Od razu wstałem jak oparzony. Przetarłem dokładnie oczy i natężyłem wzrok. Zobaczyłem czarno włosego chłopaka o cudnym uśmiechu i pięknych oczach. Patrzył na mnie tymi swoimi brązowymi ślepiami i czekał na odpowiedź. Oto jego najlepszy portret, który udało mi się namalować:
Również popatrzyłem na chłopaka. Chciałem zdobyć od niego jakieś informacje- dlaczego tu się znalazł? Nie wiem. Pustynia jest oznaką samotności. Więc.., dlaczego kogoś tutaj spotkałem..?
Tymczasem, chłopak nie wyglądał na ginącego z głodu lub zmęczenia. Nie wyglądał również na śpiącego i odwodnionego.

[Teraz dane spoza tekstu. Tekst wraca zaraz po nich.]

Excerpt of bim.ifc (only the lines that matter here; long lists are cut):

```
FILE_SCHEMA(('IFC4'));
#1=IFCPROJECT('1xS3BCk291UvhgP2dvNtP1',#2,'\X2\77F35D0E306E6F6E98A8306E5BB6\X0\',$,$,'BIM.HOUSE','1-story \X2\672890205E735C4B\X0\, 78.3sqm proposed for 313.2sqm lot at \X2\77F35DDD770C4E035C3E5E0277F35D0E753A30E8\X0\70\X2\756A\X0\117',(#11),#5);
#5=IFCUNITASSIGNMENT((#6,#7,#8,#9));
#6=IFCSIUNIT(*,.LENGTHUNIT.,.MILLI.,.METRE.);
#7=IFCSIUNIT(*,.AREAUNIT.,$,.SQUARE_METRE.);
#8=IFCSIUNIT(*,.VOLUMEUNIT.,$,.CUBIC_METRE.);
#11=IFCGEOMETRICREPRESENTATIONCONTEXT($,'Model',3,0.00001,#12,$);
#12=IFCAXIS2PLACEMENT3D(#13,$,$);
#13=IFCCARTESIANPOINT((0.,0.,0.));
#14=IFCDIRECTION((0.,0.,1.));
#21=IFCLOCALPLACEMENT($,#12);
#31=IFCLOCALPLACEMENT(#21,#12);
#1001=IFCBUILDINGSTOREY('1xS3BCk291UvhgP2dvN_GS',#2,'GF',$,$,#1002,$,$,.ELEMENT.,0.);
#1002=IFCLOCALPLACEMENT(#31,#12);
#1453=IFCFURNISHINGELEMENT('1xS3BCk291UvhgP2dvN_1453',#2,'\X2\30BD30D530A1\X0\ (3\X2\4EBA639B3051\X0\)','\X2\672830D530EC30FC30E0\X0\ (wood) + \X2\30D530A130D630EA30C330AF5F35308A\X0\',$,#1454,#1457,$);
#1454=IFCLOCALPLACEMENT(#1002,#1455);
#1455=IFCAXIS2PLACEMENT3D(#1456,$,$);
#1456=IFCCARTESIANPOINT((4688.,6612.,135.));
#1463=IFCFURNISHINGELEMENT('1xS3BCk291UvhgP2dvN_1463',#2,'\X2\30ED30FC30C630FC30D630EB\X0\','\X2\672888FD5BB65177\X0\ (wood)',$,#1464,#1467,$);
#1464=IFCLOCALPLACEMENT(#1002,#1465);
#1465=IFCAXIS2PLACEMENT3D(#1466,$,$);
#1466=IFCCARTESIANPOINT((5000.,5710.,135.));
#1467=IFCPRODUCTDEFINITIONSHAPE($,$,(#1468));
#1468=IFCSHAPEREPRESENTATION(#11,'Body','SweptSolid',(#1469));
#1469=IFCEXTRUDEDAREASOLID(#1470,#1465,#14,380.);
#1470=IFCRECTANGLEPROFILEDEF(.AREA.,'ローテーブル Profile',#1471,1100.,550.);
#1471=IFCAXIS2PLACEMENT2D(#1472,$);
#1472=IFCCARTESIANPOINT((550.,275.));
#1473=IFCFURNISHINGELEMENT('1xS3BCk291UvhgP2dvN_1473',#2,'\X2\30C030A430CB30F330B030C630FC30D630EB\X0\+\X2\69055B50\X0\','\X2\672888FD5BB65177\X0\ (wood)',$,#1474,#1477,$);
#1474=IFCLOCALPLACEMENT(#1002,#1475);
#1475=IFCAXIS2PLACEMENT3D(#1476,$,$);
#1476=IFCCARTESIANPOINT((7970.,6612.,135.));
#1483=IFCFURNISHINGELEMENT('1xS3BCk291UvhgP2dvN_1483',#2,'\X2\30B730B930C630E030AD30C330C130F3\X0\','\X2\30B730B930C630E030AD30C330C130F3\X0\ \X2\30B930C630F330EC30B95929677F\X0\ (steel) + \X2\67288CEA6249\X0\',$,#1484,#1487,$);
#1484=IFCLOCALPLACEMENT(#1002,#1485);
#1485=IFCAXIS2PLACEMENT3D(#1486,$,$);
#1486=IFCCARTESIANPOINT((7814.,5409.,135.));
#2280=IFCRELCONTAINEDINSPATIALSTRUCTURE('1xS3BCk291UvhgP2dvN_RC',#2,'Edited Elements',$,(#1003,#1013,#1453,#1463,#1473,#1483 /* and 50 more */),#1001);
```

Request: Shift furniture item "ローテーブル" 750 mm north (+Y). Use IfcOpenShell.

```python
import ifcopenshell
import ifcopenshell.api.geometry
import ifcopenshell.util.placement
import ifcopenshell.util.unit

model = ifcopenshell.open("bim.ifc")
unit_scale = ifcopenshell.util.unit.calculate_unit_scale(model)

item = model.by_guid("1xS3BCk291UvhgP2dvN_1463")
matrix = ifcopenshell.util.placement.get_local_placement(item.ObjectPlacement)
matrix[1, 3] += 0.75 / unit_scale
ifcopenshell.api.geometry.edit_object_placement(model, product=item, matrix=matrix, is_si=False)

print(ifcopenshell.util.placement.get_local_placement(item.ObjectPlacement).round(3) + 0.0)

model.write("bim_v2.ifc")
```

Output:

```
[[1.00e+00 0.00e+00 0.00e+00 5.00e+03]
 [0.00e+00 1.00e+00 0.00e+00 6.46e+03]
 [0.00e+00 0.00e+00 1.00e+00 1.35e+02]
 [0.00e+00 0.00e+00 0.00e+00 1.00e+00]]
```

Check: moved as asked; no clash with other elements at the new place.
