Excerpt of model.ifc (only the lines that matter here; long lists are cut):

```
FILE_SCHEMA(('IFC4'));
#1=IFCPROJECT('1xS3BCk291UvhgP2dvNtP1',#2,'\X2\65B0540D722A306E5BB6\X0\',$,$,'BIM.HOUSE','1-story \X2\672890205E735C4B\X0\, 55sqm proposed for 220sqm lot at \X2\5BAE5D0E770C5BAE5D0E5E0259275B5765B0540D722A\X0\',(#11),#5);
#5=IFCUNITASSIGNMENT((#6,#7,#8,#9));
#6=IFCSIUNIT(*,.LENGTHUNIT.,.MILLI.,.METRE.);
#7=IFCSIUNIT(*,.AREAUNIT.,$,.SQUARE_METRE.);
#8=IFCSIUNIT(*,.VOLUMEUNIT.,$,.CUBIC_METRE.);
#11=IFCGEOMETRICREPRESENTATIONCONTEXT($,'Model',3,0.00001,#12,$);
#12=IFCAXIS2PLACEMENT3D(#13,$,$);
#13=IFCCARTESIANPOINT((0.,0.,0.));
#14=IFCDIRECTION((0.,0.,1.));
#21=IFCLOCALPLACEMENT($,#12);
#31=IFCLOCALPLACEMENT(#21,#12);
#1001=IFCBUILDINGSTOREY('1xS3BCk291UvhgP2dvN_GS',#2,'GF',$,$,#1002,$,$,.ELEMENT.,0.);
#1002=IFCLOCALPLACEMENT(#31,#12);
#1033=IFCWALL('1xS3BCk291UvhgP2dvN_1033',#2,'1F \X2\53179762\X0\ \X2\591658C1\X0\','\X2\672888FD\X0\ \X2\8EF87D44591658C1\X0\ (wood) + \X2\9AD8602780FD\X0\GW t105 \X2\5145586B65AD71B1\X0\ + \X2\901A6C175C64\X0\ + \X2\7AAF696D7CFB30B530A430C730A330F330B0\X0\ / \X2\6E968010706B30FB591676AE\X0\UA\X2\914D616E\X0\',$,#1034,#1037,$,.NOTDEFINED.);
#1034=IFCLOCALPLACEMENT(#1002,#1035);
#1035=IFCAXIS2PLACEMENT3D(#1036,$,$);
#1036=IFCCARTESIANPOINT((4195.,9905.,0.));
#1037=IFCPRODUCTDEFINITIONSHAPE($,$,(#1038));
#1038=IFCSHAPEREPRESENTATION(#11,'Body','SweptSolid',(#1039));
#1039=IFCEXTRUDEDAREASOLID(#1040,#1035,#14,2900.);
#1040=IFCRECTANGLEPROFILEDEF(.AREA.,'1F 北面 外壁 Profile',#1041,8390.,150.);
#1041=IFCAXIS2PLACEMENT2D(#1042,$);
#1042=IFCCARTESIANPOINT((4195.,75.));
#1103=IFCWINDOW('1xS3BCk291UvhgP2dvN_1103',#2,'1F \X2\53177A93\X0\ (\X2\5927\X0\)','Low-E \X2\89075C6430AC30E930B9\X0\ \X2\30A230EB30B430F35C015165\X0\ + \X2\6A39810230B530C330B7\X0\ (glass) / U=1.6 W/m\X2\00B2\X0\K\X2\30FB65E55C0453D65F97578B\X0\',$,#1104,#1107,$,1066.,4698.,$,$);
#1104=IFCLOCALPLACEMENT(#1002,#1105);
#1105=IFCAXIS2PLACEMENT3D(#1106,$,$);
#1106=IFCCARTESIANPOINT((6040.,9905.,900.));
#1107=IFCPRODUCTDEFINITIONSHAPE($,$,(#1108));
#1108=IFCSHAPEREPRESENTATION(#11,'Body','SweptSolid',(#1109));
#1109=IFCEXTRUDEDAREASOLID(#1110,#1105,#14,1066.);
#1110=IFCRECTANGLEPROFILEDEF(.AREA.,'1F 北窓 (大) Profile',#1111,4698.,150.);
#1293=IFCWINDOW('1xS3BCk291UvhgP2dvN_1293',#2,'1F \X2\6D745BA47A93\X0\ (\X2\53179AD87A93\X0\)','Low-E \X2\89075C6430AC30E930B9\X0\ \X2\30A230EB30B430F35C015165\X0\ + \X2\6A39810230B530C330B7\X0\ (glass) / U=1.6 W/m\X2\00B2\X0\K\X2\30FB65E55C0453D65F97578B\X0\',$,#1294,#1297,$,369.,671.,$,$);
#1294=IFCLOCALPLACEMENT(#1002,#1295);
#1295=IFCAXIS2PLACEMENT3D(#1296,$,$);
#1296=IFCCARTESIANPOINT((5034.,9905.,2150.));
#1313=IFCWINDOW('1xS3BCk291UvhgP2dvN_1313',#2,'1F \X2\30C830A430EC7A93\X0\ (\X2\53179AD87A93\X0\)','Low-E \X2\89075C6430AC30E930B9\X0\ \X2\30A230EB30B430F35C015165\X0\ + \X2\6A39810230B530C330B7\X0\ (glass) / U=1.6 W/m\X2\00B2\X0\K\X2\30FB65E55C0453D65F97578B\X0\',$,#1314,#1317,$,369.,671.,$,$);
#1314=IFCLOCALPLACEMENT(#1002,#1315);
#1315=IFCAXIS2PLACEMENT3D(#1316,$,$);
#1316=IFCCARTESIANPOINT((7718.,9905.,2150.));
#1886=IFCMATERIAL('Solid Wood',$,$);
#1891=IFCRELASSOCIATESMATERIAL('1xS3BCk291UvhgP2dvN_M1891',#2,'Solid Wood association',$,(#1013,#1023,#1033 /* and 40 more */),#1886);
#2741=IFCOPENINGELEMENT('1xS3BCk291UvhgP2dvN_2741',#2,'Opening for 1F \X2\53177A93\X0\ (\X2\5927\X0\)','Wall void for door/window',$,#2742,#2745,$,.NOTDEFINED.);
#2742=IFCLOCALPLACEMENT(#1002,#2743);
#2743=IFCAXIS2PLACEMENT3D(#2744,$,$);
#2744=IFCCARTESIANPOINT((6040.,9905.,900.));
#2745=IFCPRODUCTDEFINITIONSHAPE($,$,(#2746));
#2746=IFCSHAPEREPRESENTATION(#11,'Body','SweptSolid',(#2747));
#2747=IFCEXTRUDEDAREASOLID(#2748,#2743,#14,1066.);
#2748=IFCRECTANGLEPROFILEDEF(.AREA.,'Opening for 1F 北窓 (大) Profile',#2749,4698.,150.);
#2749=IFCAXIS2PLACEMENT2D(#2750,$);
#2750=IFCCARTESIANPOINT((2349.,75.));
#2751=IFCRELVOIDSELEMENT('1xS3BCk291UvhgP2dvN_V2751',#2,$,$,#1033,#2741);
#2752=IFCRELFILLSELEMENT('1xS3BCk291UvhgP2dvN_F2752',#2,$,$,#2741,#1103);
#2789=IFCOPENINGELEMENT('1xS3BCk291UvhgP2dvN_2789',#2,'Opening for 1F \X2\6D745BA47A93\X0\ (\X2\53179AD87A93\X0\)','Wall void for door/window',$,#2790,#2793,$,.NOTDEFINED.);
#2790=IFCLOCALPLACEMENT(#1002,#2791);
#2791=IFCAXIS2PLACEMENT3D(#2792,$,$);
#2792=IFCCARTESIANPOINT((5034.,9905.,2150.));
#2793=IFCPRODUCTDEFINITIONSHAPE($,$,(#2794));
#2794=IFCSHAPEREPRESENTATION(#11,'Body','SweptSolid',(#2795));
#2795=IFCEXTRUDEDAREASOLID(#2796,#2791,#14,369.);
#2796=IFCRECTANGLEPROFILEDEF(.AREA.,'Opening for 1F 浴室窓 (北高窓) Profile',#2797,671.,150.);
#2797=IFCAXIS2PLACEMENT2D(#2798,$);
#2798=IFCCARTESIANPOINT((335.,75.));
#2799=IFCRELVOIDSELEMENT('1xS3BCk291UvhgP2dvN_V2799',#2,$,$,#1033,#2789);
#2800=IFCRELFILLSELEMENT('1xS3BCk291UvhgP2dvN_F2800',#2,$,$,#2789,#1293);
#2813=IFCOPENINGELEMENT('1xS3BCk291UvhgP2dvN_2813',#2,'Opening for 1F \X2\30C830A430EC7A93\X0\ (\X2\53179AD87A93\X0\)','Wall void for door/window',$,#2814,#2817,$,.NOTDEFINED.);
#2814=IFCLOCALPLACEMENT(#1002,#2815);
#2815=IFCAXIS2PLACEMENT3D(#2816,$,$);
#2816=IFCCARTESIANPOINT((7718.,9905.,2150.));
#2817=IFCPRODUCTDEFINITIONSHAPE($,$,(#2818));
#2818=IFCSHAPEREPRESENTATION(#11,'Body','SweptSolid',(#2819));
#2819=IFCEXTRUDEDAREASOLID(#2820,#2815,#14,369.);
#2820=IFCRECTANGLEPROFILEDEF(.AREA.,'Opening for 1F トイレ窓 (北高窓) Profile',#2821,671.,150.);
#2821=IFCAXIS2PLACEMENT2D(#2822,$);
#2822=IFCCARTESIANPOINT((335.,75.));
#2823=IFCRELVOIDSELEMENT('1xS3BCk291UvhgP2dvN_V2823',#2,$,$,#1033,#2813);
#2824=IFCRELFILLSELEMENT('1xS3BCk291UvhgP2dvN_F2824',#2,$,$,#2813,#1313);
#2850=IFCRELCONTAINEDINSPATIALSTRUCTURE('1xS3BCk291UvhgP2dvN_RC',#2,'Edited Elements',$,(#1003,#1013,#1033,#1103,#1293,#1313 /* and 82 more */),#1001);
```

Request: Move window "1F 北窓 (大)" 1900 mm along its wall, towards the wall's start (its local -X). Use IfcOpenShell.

```python
import ifcopenshell
import ifcopenshell.api.geometry
import ifcopenshell.util.placement

model = ifcopenshell.open("model.ifc")

window = model.by_guid("1xS3BCk291UvhgP2dvN_1103")
opening = window.FillsVoids[0].RelatingOpeningElement
wall = opening.VoidsElements[0].RelatingBuildingElement

wall_matrix = ifcopenshell.util.placement.get_local_placement(wall.ObjectPlacement)
shift = wall_matrix[:3, 0] * -1900.0
before = ifcopenshell.util.placement.get_local_placement(window.ObjectPlacement)[:3, 3].copy()

# The window is not placed relative to its opening, so move both.
for product in (opening, window):
    matrix = ifcopenshell.util.placement.get_local_placement(product.ObjectPlacement)
    matrix[:3, 3] += shift
    ifcopenshell.api.geometry.edit_object_placement(model, product=product, matrix=matrix, is_si=False)

after = ifcopenshell.util.placement.get_local_placement(window.ObjectPlacement)[:3, 3]
print("window moved by", (after - before).round(3) + 0.0)

model.write("model_edited.ifc")
```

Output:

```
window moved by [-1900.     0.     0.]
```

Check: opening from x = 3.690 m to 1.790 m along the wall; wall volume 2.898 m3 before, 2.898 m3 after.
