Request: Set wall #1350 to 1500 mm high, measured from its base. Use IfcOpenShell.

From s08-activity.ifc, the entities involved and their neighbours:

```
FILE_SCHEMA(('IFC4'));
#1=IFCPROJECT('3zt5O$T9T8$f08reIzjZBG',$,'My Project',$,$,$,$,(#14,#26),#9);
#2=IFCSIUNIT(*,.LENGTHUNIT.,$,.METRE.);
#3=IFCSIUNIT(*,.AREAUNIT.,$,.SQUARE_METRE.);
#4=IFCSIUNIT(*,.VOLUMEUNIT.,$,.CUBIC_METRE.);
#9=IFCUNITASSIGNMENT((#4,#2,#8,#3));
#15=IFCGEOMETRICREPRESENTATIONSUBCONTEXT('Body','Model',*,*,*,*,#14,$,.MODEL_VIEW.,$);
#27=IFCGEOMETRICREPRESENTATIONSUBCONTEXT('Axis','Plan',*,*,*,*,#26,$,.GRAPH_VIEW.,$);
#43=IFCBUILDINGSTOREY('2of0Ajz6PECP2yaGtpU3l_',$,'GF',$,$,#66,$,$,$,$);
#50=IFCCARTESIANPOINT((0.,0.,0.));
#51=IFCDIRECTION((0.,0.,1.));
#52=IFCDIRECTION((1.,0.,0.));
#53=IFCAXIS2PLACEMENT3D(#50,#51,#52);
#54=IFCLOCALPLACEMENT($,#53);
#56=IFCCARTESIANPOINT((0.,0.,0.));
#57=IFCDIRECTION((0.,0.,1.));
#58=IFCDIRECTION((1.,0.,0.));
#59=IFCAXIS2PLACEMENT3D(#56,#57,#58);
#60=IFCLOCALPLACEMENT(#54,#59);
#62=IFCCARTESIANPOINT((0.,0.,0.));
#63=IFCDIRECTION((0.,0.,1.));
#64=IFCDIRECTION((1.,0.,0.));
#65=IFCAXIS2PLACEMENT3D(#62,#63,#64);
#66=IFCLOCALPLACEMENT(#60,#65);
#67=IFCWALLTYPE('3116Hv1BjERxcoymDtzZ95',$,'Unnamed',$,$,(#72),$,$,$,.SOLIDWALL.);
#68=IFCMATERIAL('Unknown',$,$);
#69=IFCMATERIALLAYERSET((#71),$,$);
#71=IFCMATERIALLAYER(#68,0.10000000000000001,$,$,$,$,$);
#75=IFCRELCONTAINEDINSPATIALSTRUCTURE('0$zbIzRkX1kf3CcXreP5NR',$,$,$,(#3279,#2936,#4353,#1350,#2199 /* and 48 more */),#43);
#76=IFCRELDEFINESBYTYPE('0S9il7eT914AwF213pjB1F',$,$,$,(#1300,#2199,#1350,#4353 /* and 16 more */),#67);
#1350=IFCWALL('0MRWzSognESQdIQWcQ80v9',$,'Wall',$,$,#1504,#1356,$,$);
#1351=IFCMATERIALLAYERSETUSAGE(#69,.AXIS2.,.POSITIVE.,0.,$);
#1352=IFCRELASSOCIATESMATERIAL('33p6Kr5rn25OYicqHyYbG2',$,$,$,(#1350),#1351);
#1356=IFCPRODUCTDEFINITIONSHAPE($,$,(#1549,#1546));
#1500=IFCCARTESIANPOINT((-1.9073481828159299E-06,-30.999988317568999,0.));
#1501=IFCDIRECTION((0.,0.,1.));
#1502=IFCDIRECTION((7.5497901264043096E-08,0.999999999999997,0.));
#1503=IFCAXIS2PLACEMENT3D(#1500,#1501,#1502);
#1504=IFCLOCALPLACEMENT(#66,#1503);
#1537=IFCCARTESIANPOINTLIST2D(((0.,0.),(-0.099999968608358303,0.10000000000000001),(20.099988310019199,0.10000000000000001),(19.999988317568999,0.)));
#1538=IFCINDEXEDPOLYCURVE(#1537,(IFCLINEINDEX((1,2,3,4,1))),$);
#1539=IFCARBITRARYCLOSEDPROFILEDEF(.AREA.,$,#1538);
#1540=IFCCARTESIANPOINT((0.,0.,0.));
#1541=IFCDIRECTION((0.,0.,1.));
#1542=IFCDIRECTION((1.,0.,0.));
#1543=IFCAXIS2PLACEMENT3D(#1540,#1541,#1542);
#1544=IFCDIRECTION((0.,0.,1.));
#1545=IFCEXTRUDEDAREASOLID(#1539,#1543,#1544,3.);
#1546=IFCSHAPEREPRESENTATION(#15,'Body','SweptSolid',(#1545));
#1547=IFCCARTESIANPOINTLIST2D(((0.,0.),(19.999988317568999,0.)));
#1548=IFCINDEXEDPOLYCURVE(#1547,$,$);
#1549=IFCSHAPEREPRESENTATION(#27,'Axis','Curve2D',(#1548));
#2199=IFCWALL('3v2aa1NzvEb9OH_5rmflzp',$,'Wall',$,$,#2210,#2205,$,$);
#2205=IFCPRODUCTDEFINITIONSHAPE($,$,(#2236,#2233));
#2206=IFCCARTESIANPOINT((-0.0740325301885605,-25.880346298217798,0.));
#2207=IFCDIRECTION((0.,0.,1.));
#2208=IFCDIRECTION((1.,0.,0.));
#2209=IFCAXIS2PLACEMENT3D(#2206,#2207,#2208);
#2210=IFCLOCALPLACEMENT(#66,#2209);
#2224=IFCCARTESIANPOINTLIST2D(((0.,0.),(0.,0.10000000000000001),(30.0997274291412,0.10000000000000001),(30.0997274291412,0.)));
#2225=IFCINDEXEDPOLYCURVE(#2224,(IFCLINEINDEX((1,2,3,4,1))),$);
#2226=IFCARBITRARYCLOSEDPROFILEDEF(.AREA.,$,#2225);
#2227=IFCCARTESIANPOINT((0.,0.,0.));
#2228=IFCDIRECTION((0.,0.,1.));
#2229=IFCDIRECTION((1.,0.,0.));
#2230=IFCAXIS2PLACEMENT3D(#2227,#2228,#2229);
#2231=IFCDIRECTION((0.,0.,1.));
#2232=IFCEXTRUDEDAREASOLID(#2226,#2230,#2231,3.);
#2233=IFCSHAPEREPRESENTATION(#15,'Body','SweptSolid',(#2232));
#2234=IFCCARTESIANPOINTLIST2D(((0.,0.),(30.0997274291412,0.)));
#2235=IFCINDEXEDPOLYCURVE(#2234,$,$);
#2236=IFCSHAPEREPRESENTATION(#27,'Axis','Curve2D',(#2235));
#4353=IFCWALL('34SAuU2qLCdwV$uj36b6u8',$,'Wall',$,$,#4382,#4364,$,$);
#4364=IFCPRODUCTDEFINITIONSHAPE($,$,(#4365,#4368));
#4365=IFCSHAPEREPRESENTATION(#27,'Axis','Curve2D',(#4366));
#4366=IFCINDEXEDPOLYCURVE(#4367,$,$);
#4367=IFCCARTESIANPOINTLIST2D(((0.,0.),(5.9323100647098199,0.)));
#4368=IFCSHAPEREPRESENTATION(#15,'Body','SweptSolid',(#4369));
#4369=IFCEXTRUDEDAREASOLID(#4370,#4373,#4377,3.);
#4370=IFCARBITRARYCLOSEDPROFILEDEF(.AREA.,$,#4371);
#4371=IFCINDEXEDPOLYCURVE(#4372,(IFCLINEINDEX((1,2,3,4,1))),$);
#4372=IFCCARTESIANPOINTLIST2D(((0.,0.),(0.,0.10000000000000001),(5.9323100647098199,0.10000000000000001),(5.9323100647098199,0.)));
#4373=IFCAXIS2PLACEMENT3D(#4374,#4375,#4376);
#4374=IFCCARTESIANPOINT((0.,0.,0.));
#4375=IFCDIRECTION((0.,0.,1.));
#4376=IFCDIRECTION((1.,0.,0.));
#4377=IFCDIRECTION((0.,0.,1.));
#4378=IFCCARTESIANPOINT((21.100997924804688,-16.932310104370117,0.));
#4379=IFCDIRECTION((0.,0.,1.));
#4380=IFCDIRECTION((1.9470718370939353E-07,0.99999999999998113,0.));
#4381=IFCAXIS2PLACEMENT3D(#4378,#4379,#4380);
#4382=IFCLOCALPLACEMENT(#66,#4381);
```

```python
import ifcopenshell
import ifcopenshell.geom
import ifcopenshell.util.representation
import ifcopenshell.util.shape

model = ifcopenshell.open("s08-activity.ifc")
settings = ifcopenshell.geom.settings()


def volume(element):
    """Net volume in cubic metres, openings subtracted."""
    shape = ifcopenshell.geom.create_shape(settings, element)
    return ifcopenshell.util.shape.get_volume(shape.geometry)


wall = model.by_guid("0MRWzSognESQdIQWcQ80v9")
before = volume(wall)

body = ifcopenshell.util.representation.get_representation(wall, "Model", "Body")
solid = body.Items[0]
old_height = solid.Depth
solid.Depth = 1.5
after = volume(wall)

print(f"height {old_height:g} -> {solid.Depth:g}, volume {before:.3f} -> {after:.3f} m3")

model.write("s08-activity_edited.ifc")
```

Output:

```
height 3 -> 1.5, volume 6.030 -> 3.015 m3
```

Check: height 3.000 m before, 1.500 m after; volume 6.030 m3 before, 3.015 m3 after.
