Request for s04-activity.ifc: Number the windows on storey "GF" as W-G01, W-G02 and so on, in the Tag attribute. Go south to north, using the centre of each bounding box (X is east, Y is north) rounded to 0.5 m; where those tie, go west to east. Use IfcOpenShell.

First a look at what the model holds.

```python
import ifcopenshell
import ifcopenshell.util.element
import ifcopenshell.util.placement

model = ifcopenshell.open("s04-activity.ifc")
print(model.schema)
storey = next(s for s in model.by_type("IfcBuildingStorey") if s.Name == "GF")
windows = [e for e in ifcopenshell.util.element.get_decomposition(storey) if e.is_a("IfcWindow")]
for e in sorted(windows, key=lambda e: e.id()):
    origin = ifcopenshell.util.placement.get_local_placement(e.ObjectPlacement)[:3, 3]
    print(e.id(), e.Tag, e.Name, origin.round(2) + 0.0, sep=" | ")
```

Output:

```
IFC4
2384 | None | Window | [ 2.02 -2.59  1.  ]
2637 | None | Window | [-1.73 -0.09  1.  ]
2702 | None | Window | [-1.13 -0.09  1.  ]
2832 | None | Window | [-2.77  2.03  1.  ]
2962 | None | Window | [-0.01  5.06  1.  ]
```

```python
import ifcopenshell
import ifcopenshell.geom
import ifcopenshell.util.element
import ifcopenshell.util.shape

model = ifcopenshell.open("s04-activity.ifc")
settings = ifcopenshell.geom.settings()
settings.set("use-world-coords", True)


def centre(element):
    shape = ifcopenshell.geom.create_shape(settings, element)
    return ifcopenshell.util.shape.get_bbox_centroid(shape.geometry)


storey = next(s for s in model.by_type("IfcBuildingStorey") if s.Name == "GF")
windows = [e for e in ifcopenshell.util.element.get_decomposition(storey) if e.is_a("IfcWindow")]

# Insertion points can sit at a corner or the storey origin, so sort by the geometry (in metres).
centres = {e: centre(e) for e in windows}
windows.sort(key=lambda e: (round(centres[e][1] / 0.5), centres[e][0]))

for i, e in enumerate(windows, start=1):
    number = f"W-G{i:02d}"
    e.Tag = number
    print(e.id(), number)

model.write("s04-activity_rev.ifc")
```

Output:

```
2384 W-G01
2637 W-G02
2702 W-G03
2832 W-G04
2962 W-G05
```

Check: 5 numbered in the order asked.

W niczym nie wyglądał jak zagubiony nastolatek na pustyni, o tysiąc mil od terenów zamieszkałych. Po dłuższym wpatrywaniu się w czarno włosego postanowiłem zapytać:
-Ale...co ty tu robisz?
A on powtórzył bardzo powoli, jak gdyby chodziło o niezwykle ważną sprawę:
-Prosze Cię...narysuj mi motylka.
Zawsze wpadamy w sidła tajemnicy. Dajemy się wciągnąć w dalszą historię przez ciekawość- kolejny krok do piekła.
Pomimo wielkich niedorzeczności sytuacji- byłem na pustyni, o tysiąc mil od terenów zamieszkałych i grozi mi niebezpieczeństwo smierci- wyciągnąłem kartkę papieru i stary ołówek po babci, jednak szybko odłożyłem rzeczy na piasek i przysunąłem je do zdezorientowanego chłopaka. Przeprosiłem go, mówiąc, że zapomniałem jak się rysuje, a on odrzekł:
-To nic nie szkodzi- uśmiechnął się delikatnie- narysuj mi motylka.
Po dłuższej chwili pokazałem mu jeden z dwóch rysunków- dmuchawca z marzeniem... Czarno włosy popatrzył na rysunek i ku mojemu zdziwieniu odpowiedział:
-Nie. Nie chce dmuchawca takiego samego jak sto tysięcy innych dmuchawców- znowu powtórzył- Narysuj mi motylka.
Po kilku nie udanych próbach narysowania "wolnego stworzenia"- poddałem się:
-Ja nie wiem...jak mam Ci narysować tego motylka?
-Chciałbym motylka, który mnie nie zostawi.., który będzie ze mną na bardzo długo... Proszę Cię. Narysuj mi motylka.- powiedział spokojnie.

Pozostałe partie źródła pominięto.